John Cena: "Baloney, fudge and mustard! My life has been ruined by the internet!"


----------



## Y2-Jerk (Aug 18, 2011)




----------



## Venomous (Jun 20, 2011)

Lmao, so THAT'S why he seems damn near invincible, he's backed by none other than the Illuminati. Cena somehow fits into their world dominating agenda, Lol thread is just ridiculous.


----------



## K-Fed (May 3, 2006)




----------



## jomofollower (Mar 11, 2011)

Are all of you pro Obama sheep done riding his dick yet.

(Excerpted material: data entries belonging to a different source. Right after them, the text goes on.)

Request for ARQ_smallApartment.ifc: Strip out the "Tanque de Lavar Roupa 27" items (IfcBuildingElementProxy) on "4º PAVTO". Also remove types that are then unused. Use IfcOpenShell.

First a look at what the model holds.

```python
import ifcopenshell
import ifcopenshell.util.element

model = ifcopenshell.open("ARQ_smallApartment.ifc")
print(model.schema)
storey = next(s for s in model.by_type("IfcBuildingStorey") if s.Name == "4º PAVTO")
proxies = [e for e in ifcopenshell.util.element.get_decomposition(storey) if e.is_a("IfcBuildingElementProxy")]
seen = {}
for e in proxies:
    element_type = ifcopenshell.util.element.get_type(e)
    name = element_type.Name if element_type not in (None, e) else None
    seen[name] = seen.get(name, 0) + 1
for name, count in sorted(seen.items(), key=str):
    print(count, "x", name)
```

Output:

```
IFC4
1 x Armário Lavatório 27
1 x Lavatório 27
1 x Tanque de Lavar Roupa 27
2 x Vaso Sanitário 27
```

```python
import ifcopenshell
import ifcopenshell.api.root
import ifcopenshell.util.element

model = ifcopenshell.open("ARQ_smallApartment.ifc")

storey = next(s for s in model.by_type("IfcBuildingStorey") if s.Name == "4º PAVTO")
proxies = [e for e in ifcopenshell.util.element.get_decomposition(storey) if e.is_a("IfcBuildingElementProxy")]
targets = [e for e in proxies if (t := ifcopenshell.util.element.get_type(e)) not in (None, e) and t.Name == "Tanque de Lavar Roupa 27"]
types = {ifcopenshell.util.element.get_type(e) for e in targets} - {None, *targets}

for e in targets:
    ifcopenshell.api.root.remove_product(model, product=e)
print(len(targets), "removed")

unused = [t for t in types if not ifcopenshell.util.element.get_types(t)]
for t in unused:
    ifcopenshell.api.root.remove_product(model, product=t)
print(len(unused), "unused types removed")

model.write("ARQ_smallApartment_updated.ifc")
```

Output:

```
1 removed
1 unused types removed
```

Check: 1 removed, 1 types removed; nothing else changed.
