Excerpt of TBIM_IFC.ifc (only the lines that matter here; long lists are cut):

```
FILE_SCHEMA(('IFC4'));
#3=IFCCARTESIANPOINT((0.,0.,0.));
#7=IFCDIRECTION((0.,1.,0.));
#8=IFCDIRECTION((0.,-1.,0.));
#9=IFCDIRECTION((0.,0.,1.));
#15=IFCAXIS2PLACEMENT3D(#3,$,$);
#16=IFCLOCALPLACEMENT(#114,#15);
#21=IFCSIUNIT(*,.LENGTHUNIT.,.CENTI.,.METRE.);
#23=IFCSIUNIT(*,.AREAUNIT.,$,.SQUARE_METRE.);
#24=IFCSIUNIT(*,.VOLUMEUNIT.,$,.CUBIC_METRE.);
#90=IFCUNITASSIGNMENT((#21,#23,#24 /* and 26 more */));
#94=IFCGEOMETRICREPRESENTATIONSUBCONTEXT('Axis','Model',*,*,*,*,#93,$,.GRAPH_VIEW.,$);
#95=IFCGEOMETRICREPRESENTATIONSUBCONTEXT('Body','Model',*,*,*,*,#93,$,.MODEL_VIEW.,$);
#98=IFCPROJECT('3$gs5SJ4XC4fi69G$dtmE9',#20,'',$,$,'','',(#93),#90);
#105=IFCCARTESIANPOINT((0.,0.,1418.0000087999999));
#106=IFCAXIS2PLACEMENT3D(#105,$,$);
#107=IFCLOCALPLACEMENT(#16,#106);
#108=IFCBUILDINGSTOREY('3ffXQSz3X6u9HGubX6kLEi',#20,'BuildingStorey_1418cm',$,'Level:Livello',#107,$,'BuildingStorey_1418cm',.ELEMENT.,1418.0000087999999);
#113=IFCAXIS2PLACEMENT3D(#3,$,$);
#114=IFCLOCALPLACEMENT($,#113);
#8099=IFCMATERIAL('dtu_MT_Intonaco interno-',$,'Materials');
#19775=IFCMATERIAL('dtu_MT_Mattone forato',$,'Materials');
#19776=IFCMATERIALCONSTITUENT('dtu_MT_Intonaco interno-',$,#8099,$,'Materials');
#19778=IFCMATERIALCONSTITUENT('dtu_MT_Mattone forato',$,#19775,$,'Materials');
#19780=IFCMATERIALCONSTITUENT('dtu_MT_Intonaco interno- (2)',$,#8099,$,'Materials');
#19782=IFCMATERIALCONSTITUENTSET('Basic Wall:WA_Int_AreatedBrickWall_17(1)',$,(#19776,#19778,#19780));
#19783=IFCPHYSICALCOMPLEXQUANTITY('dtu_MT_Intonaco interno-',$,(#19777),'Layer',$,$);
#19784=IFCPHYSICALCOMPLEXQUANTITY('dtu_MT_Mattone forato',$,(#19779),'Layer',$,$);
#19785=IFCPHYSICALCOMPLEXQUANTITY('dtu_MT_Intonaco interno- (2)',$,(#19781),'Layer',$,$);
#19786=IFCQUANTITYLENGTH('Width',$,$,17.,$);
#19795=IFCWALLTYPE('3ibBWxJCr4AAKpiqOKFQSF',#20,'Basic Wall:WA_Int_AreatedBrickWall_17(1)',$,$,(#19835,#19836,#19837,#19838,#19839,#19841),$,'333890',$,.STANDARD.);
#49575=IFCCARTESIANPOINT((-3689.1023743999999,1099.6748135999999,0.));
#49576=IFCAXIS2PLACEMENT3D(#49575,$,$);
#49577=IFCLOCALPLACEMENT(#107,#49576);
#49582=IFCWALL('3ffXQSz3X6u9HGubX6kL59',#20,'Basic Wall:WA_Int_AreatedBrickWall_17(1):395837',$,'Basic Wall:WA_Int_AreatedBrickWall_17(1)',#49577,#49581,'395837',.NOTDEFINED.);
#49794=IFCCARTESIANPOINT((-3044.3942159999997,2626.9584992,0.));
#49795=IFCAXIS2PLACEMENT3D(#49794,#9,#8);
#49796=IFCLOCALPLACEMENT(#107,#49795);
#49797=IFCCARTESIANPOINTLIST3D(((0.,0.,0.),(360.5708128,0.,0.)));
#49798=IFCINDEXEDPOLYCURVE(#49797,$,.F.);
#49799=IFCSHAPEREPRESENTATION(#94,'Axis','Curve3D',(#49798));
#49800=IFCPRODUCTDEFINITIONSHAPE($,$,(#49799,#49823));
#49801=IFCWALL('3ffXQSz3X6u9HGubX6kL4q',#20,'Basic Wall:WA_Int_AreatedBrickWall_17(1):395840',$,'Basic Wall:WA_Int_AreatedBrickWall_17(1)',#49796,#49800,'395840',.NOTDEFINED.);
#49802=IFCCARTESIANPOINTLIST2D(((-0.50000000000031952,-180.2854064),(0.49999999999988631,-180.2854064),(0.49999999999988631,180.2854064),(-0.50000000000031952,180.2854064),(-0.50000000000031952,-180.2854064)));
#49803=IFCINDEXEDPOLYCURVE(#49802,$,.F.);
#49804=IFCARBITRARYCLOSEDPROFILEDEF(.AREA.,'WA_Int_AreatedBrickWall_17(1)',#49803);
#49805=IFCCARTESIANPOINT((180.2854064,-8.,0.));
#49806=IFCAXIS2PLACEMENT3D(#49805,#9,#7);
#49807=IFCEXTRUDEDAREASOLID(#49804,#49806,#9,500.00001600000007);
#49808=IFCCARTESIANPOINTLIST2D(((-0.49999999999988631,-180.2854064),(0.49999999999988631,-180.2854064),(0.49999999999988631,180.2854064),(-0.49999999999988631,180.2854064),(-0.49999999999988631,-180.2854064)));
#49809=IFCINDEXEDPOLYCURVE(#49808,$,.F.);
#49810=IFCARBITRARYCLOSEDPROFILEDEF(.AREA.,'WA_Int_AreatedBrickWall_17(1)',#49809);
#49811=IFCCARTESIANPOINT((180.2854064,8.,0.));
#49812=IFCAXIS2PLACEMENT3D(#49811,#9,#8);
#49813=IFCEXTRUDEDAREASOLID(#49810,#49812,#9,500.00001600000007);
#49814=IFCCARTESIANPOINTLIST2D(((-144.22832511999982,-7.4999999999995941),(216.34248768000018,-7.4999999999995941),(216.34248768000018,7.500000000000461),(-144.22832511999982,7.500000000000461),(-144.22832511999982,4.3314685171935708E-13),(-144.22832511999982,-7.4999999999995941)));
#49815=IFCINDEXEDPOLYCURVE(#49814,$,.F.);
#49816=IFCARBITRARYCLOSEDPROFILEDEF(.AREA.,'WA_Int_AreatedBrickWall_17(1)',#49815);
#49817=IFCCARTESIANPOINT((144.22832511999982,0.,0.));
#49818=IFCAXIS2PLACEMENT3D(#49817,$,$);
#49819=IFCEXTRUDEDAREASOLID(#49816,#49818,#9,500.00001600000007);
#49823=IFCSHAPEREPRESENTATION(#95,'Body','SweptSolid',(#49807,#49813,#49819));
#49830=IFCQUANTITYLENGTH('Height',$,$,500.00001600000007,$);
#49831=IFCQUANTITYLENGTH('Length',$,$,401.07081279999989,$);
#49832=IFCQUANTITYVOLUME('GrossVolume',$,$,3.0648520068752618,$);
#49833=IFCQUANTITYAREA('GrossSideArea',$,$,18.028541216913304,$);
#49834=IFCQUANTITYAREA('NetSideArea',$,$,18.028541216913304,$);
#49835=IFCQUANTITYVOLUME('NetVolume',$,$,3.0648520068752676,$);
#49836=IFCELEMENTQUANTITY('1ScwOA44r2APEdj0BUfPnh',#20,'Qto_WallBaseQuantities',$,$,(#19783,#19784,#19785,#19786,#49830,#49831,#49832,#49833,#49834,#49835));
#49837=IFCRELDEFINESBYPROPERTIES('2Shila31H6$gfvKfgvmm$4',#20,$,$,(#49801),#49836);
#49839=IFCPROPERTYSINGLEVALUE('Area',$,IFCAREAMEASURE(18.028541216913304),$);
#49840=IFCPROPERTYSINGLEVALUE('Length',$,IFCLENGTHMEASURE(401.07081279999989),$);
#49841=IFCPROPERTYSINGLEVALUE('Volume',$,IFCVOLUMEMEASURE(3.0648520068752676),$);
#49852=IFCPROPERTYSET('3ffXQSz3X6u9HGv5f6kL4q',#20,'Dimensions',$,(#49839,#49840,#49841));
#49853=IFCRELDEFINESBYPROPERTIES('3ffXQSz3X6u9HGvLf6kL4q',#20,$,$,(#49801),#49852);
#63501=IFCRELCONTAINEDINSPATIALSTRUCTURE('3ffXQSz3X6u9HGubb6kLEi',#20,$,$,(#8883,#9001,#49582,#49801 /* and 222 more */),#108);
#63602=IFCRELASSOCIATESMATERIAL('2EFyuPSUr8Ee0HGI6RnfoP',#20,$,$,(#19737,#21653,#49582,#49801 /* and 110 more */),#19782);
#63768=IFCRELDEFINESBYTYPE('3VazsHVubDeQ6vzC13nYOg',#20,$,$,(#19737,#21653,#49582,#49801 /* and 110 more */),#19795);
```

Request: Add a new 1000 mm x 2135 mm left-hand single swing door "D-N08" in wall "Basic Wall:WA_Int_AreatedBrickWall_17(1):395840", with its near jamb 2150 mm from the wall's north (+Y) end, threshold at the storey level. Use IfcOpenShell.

```python
import numpy as np
import ifcopenshell
import ifcopenshell.api.feature
import ifcopenshell.api.geometry
import ifcopenshell.api.pset
import ifcopenshell.api.root
import ifcopenshell.api.spatial
import ifcopenshell.geom
import ifcopenshell.util.element
import ifcopenshell.util.placement
import ifcopenshell.util.representation
import ifcopenshell.util.shape
import ifcopenshell.util.unit

model = ifcopenshell.open("TBIM_IFC.ifc")
unit_scale = ifcopenshell.util.unit.calculate_unit_scale(model)
area_scale = ifcopenshell.util.unit.calculate_unit_scale(model, "AREAUNIT")
volume_scale = ifcopenshell.util.unit.calculate_unit_scale(model, "VOLUMEUNIT")
settings = ifcopenshell.geom.settings()


def volume(element):
    """Net volume in cubic metres, openings subtracted."""
    shape = ifcopenshell.geom.create_shape(settings, element)
    return ifcopenshell.util.shape.get_volume(shape.geometry)


wall = model.by_guid("3ffXQSz3X6u9HGubX6kL4q")
storey = ifcopenshell.util.element.get_container(wall, ifc_class="IfcBuildingStorey")
context = ifcopenshell.util.representation.get_context(model, "Model", "Body", "MODEL_VIEW")
before = volume(wall)

width, height, from_end, sill = 1, 2.135, 2.15, 0.0  # metres

# The wall runs along its own X axis, and the end named is its -X end.
wall_shape = ifcopenshell.geom.create_shape(settings, wall)
x, y, z = ifcopenshell.util.shape.get_vertices(wall_shape.geometry).T
start = x.min() + from_end
face, thickness = float(y.min()), float(y.max() - y.min())
wall_matrix = ifcopenshell.util.placement.get_local_placement(wall.ObjectPlacement)
level = ifcopenshell.util.placement.get_local_placement(storey.ObjectPlacement)[2, 3]


def in_wall(x, y):
    """Placement at x, y metres in the wall's axes, at sill height."""
    matrix = wall_matrix.copy()
    matrix[:, 3] = wall_matrix @ np.array([x / unit_scale, y / unit_scale, 0.0, 1.0])
    matrix[2, 3] = level + sill / unit_scale
    return matrix


# Opening: a box that overshoots both wall faces by 50 mm.
opening = ifcopenshell.api.root.create_entity(model, ifc_class="IfcOpeningElement", predefined_type="OPENING")
box = ifcopenshell.api.geometry.add_wall_representation(
    model, context=context, length=width, height=height, thickness=thickness + 0.1
)
ifcopenshell.api.geometry.assign_representation(model, product=opening, representation=box)
ifcopenshell.api.geometry.edit_object_placement(model, product=opening, matrix=in_wall(start, face - 0.05), is_si=False)
ifcopenshell.api.feature.add_feature(model, feature=opening, element=wall)

door = ifcopenshell.api.root.create_entity(model, ifc_class="IfcDoor", name="D-N08", predefined_type="DOOR")
door.OverallWidth, door.OverallHeight = width / unit_scale, height / unit_scale
door.OperationType = "SINGLE_SWING_LEFT"
body = ifcopenshell.api.geometry.add_door_representation(
    model,
    context=context,
    overall_width=door.OverallWidth,
    overall_height=door.OverallHeight,
    operation_type="SINGLE_SWING_LEFT",
    lining_properties={"LiningDepth": thickness / unit_scale, "ThresholdDepth": thickness / unit_scale},
)
ifcopenshell.api.geometry.assign_representation(model, product=door, representation=body)
ifcopenshell.api.spatial.assign_container(model, products=[door], relating_structure=storey)
ifcopenshell.api.feature.add_filling(model, opening=opening, element=door)

# The lining spans the wall, so the door starts at the wall face.
ifcopenshell.api.geometry.edit_object_placement(model, product=door, matrix=in_wall(start, face), is_si=False)

after = volume(wall)

# Update the wall's stored quantities.
qto = model.by_id(ifcopenshell.util.element.get_pset(wall, "Qto_WallBaseQuantities", should_inherit=False)["id"])
ifcopenshell.api.pset.edit_qto(model, qto=qto, properties={
    "NetSideArea": after / thickness / area_scale,
    "NetVolume": after / volume_scale,
})
pset = model.by_id(ifcopenshell.util.element.get_pset(wall, "Dimensions", should_inherit=False)["id"])
ifcopenshell.api.pset.edit_pset(model, pset=pset, properties={
    "Area": model.create_entity("IfcAreaMeasure", after / thickness / area_scale),
    "Volume": model.create_entity("IfcVolumeMeasure", after / volume_scale),
})

print(f"wall volume {before:.3f} -> {after:.3f} m3")

model.write("TBIM_IFC_rev.ifc")
```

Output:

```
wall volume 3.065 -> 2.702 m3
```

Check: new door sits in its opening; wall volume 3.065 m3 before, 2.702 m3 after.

This loyal fan has poured all of his heart out just to provide you with this interesting and obviously reliable piece of info and you guys just slam him down and facepalm the fuck out of your keyboards without using your brain

Haters gonna hate


----------



## TheMizIsAwesome (Oct 1, 2011)

jomofollower said:


> Are all of you pro Obama sheep done riding his dick yet.
> 
> This loyal fan has poured all of his heart out just to provide you with this interesting and obviously reliable piece of info and you guys just slam him down and facepalm the fuck out of your keyboards without using your brain
> 
> Haters gonna hate


Finally someone on this forum has a brain


----------



## Kyle Salmon (Oct 7, 2011)

illuminati what?


----------



## K-Fed (May 3, 2006)

TheMizIsAwesome said:


> Finally someone on this forum has a brain


----------



## LIL' WINNING FOOT (Sep 21, 2004)

Oh my God. Oh my....not this shit.

There is no such thing as the Illuminati. It's a farce. It's a myth. It gives ammo and a platform for extreme wackos to get on air and talk this stupid shit.

Close this.


----------



## Batman (Nov 8, 2009)

Well that's all the proof I need.


----------



## Brye (Jan 28, 2006)

Good god.


----------